__PROBLEM REQUIREMENTS__. Give back, word for word, the lines in the listing below from the one holding "#46=IFCINDEXEDPOLYGONALFACE((21,57,59,23));" down to the one holding "#59=IFCINDEXEDPOLYGONALFACE((35,36,72,71));", both ends included.

__DATA FOR THIS EXERCISE__.
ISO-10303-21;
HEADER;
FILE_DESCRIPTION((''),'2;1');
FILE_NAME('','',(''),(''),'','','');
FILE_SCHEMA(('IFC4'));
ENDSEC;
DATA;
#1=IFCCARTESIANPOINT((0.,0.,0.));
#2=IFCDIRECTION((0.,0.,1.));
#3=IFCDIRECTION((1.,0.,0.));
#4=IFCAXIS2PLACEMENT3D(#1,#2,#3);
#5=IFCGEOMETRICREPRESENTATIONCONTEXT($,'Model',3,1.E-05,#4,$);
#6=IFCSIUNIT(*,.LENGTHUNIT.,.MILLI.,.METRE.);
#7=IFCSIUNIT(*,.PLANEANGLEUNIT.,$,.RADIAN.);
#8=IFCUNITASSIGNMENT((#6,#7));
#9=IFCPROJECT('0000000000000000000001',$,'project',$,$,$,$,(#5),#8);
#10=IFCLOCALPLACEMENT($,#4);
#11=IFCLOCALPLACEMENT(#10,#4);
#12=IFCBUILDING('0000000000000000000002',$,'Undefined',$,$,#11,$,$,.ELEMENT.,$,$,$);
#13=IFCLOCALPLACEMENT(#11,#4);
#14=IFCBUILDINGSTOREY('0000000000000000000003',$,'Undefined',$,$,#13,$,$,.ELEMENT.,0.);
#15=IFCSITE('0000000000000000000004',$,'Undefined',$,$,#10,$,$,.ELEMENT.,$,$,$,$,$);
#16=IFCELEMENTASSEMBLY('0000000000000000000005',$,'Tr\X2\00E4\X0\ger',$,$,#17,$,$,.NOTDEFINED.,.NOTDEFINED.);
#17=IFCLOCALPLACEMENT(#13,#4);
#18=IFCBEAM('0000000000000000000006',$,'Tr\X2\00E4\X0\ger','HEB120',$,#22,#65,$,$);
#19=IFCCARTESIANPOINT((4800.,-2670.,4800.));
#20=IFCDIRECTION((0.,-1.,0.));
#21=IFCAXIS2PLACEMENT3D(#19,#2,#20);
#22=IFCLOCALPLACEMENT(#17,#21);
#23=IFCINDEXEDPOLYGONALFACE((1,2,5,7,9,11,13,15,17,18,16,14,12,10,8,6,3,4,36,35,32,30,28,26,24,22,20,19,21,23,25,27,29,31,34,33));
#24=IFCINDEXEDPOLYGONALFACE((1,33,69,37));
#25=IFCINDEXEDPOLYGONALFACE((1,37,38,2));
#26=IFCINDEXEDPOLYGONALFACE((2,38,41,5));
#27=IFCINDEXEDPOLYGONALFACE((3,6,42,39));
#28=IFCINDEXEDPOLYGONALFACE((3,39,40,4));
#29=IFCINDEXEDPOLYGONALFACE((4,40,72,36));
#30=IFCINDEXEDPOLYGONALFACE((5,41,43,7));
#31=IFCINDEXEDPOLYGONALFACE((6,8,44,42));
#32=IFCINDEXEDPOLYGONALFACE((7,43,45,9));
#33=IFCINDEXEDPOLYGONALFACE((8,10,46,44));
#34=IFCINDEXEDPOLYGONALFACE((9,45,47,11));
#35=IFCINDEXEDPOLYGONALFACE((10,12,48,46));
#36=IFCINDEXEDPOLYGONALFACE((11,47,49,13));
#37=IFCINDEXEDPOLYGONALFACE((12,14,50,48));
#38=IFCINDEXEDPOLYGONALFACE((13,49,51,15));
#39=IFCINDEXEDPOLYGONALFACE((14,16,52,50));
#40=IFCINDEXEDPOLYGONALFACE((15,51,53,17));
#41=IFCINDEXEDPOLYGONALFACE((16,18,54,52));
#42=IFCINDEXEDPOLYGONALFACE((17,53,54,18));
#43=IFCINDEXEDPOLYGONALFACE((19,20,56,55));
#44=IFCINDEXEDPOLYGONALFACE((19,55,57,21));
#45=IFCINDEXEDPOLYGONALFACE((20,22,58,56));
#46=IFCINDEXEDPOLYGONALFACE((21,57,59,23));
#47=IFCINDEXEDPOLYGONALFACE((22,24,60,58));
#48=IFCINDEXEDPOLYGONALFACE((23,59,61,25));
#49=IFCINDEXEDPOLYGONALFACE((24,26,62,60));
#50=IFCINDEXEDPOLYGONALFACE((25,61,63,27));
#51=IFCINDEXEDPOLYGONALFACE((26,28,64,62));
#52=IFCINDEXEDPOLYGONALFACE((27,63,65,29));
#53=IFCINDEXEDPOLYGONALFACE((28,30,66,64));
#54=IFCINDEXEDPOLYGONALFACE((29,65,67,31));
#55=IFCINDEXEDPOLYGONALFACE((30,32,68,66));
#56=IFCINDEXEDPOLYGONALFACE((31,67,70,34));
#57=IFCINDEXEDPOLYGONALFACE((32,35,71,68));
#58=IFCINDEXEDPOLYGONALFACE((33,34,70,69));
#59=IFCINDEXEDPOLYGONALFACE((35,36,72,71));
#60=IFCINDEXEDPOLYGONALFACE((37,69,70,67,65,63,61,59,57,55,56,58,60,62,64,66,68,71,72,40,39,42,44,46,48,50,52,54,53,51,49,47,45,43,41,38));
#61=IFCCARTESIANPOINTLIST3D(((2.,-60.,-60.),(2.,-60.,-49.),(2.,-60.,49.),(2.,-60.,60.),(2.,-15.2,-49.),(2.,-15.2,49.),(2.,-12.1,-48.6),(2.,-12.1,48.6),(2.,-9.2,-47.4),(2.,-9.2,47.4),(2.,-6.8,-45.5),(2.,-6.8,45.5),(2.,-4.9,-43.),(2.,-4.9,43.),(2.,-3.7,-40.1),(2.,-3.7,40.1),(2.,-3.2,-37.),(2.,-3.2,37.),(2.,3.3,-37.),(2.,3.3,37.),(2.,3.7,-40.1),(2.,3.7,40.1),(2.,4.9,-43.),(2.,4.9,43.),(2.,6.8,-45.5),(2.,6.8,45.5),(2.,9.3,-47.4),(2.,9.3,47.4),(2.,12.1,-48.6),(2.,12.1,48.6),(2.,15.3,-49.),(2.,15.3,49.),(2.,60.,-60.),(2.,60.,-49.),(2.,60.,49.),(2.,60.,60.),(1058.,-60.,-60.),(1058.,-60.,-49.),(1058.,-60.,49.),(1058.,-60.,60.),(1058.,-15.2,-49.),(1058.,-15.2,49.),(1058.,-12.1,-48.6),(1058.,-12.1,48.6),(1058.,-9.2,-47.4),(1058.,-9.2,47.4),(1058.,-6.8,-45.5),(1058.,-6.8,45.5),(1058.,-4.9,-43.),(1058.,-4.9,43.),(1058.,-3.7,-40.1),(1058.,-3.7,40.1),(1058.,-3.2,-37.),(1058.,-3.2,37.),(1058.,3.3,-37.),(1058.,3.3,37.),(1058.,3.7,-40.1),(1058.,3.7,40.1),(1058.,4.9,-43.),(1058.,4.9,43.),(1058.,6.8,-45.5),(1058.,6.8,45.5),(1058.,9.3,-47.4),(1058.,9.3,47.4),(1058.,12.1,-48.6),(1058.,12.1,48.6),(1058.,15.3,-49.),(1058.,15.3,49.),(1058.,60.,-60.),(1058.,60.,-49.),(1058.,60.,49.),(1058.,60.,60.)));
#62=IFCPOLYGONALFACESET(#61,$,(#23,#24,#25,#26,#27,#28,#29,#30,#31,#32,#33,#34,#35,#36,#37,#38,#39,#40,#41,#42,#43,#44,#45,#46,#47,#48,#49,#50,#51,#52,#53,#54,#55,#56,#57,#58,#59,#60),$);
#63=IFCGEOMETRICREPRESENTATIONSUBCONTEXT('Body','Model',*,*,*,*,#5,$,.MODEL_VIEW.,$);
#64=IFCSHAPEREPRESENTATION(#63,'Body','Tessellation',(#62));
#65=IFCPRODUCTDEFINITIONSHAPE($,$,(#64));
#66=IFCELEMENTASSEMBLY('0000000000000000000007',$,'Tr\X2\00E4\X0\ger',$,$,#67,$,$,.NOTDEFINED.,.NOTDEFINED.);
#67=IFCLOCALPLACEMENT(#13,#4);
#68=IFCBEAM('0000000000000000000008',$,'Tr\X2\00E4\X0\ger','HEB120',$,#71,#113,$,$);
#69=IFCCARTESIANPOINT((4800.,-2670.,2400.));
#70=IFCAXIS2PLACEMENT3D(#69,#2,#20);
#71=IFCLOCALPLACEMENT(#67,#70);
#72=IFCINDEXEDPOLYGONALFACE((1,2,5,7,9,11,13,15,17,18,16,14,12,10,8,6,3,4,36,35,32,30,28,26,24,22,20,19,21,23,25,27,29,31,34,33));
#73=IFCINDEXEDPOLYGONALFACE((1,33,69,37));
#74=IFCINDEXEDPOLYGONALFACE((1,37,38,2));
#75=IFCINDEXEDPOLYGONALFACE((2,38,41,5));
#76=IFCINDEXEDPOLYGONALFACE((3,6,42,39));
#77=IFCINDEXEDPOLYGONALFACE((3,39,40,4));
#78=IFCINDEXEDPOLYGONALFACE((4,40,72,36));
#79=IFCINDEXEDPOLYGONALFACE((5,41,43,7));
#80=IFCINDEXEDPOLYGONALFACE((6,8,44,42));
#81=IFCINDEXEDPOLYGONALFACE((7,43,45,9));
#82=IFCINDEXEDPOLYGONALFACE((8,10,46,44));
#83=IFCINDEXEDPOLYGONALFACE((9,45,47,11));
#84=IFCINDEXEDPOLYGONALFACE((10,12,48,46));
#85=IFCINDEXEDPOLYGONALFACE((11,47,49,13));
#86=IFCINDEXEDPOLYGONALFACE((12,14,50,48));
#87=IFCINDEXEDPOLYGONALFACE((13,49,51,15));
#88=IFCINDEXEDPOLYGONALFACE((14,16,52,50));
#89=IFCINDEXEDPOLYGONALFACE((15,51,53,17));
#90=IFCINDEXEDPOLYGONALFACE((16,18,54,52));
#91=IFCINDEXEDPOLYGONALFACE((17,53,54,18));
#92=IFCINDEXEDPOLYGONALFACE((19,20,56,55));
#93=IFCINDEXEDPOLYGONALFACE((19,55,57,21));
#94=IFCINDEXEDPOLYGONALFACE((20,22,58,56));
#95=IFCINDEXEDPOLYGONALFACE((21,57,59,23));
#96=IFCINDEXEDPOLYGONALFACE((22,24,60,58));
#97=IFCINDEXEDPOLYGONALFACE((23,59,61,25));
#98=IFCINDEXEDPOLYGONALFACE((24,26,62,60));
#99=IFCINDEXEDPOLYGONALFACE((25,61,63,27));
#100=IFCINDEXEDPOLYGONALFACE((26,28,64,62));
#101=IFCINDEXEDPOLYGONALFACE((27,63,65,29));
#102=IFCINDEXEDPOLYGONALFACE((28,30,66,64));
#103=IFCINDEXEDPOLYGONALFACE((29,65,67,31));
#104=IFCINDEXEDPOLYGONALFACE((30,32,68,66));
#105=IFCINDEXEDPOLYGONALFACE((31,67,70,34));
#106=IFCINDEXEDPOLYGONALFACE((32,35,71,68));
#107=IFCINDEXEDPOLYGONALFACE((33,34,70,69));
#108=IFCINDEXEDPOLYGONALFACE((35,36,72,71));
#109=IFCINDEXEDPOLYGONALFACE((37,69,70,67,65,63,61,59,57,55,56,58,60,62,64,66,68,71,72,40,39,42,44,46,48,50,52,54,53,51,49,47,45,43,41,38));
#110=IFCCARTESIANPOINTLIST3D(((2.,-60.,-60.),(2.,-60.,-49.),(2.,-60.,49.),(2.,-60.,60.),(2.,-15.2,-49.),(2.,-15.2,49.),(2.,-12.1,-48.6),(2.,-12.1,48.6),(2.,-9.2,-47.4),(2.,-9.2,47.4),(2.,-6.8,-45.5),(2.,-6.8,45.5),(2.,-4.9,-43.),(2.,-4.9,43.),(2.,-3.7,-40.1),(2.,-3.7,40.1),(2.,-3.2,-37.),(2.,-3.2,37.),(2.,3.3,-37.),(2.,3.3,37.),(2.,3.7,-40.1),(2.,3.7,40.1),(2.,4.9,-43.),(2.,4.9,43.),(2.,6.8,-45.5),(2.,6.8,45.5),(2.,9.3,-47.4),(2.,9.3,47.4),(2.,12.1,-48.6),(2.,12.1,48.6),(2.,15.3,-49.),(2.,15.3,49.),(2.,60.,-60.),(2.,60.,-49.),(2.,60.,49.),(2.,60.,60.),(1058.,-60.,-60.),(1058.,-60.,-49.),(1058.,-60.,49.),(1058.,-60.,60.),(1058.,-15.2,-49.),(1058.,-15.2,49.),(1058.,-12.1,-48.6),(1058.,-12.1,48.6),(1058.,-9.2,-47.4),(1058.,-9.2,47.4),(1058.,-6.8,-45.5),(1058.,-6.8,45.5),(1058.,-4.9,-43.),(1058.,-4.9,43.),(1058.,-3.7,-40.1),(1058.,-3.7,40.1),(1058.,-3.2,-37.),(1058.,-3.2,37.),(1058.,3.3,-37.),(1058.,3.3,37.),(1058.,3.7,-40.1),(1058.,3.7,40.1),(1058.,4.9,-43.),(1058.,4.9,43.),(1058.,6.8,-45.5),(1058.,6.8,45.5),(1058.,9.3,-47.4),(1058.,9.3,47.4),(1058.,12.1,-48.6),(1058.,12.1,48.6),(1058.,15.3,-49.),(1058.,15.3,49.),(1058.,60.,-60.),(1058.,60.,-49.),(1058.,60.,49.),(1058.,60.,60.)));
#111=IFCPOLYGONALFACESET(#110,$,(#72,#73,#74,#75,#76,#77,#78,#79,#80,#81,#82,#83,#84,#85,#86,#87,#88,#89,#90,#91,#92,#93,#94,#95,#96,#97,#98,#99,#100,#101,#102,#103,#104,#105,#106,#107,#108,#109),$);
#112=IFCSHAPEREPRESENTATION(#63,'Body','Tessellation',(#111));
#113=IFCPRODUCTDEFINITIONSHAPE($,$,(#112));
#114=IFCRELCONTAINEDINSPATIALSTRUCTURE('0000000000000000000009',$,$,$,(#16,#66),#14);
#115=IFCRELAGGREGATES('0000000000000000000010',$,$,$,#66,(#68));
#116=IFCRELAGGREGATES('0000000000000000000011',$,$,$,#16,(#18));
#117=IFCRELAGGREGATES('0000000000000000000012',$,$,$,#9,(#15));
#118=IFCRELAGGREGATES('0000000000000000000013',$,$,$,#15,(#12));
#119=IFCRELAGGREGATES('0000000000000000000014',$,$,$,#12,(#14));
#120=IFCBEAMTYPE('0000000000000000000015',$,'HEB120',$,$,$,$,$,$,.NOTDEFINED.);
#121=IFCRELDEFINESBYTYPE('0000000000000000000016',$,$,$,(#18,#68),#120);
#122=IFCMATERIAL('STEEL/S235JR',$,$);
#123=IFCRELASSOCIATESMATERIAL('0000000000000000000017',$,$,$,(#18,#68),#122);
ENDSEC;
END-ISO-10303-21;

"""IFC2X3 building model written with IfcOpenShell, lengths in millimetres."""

from ifc_helpers import new_model, si_unit, frame, origin_with_axes, origin_2d_with_axis, place, context, subcontext, project, spatial, i_section, extrude, clip, halfspace, material, type_object, element, aggregate, save


model = new_model("IFC2X3")

# Units and contexts
model_context = context("Model", 3, precision=1e-05, world=origin_with_axes())
body_context = subcontext(model_context, "Body", "Model", "MODEL_VIEW")
ifc_project = project(units=[si_unit("LENGTHUNIT", "METRE", prefix="MILLI"), si_unit("PLANEANGLEUNIT", "RADIAN")], contexts=[model_context])

# Site, building, storey
site_placement = place(None, origin_with_axes())
site = spatial("IfcSite", under=ifc_project, at=site_placement, Name="Undefined", CompositionType="ELEMENT")
building_placement = place(site_placement, origin_with_axes())
building = spatial("IfcBuilding", under=site, at=building_placement, Name="Undefined", CompositionType="ELEMENT")
storey_placement = place(building_placement, origin_with_axes())
storey = spatial("IfcBuildingStorey", under=building, at=storey_placement, Name="Undefined", CompositionType="ELEMENT", Elevation=0.0)

# Shared definitions
ifc_material_1 = material(Name="STEEL/S235JR")

# Shared definitions
beam_type_1 = type_object("IfcBeamType", Name="HEB120", PredefinedType="NOTDEFINED")

# Element assemblies, beams
assembly_1_placement = place(storey_placement, origin_with_axes())
assembly_1 = element("IfcElementAssembly", 1, at=assembly_1_placement, inside=storey, Name="Träger", AssemblyPlace="NOTDEFINED", PredefinedType="NOTDEFINED")
beam_1_placement = place(assembly_1_placement, frame((4800.0, -2670.0, 4800.0), z_axis=(0.0, 0.0, 1.0), x_axis=(0.0, -1.0, 0.0)))
beam_1 = element("IfcBeam", 2, at=beam_1_placement, type_object=beam_type_1, material=ifc_material_1, Name="Träger", Description="HEB120", context=body_context, shape_type="Clipping", body=[
    clip(clip(extrude(i_section(OverallWidth=120.0, OverallDepth=120.0, WebThickness=6.5, FlangeThickness=11.0, FilletRadius=12.0, at=origin_2d_with_axis()), frame((1060.0, 0.0, 0.0), z_axis=(-1.0, 0.0, 0.0), x_axis=(0.0, -1.0, 0.0)), (0.0, 0.0, 1.0), 1060.0), halfspace(frame((1058.0, 0.0, -60.0), z_axis=(-1.0, 0.0, 0.0), x_axis=(0.0, 1.0, 0.0)), True)), halfspace(frame((2.0, 0.0, -60.0), z_axis=(1.0, 0.0, 0.0), x_axis=(0.0, -1.0, 0.0)), True)),
])
assembly_2_placement = place(storey_placement, origin_with_axes())
assembly_2 = element("IfcElementAssembly", 3, at=assembly_2_placement, inside=storey, Name="Träger", AssemblyPlace="NOTDEFINED", PredefinedType="NOTDEFINED")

__SOLUTION__.
#46=IFCINDEXEDPOLYGONALFACE((21,57,59,23));
#47=IFCINDEXEDPOLYGONALFACE((22,24,60,58));
#48=IFCINDEXEDPOLYGONALFACE((23,59,61,25));
#49=IFCINDEXEDPOLYGONALFACE((24,26,62,60));
#50=IFCINDEXEDPOLYGONALFACE((25,61,63,27));
#51=IFCINDEXEDPOLYGONALFACE((26,28,64,62));
#52=IFCINDEXEDPOLYGONALFACE((27,63,65,29));
#53=IFCINDEXEDPOLYGONALFACE((28,30,66,64));
#54=IFCINDEXEDPOLYGONALFACE((29,65,67,31));
#55=IFCINDEXEDPOLYGONALFACE((30,32,68,66));
#56=IFCINDEXEDPOLYGONALFACE((31,67,70,34));
#57=IFCINDEXEDPOLYGONALFACE((32,35,71,68));
#58=IFCINDEXEDPOLYGONALFACE((33,34,70,69));
#59=IFCINDEXEDPOLYGONALFACE((35,36,72,71));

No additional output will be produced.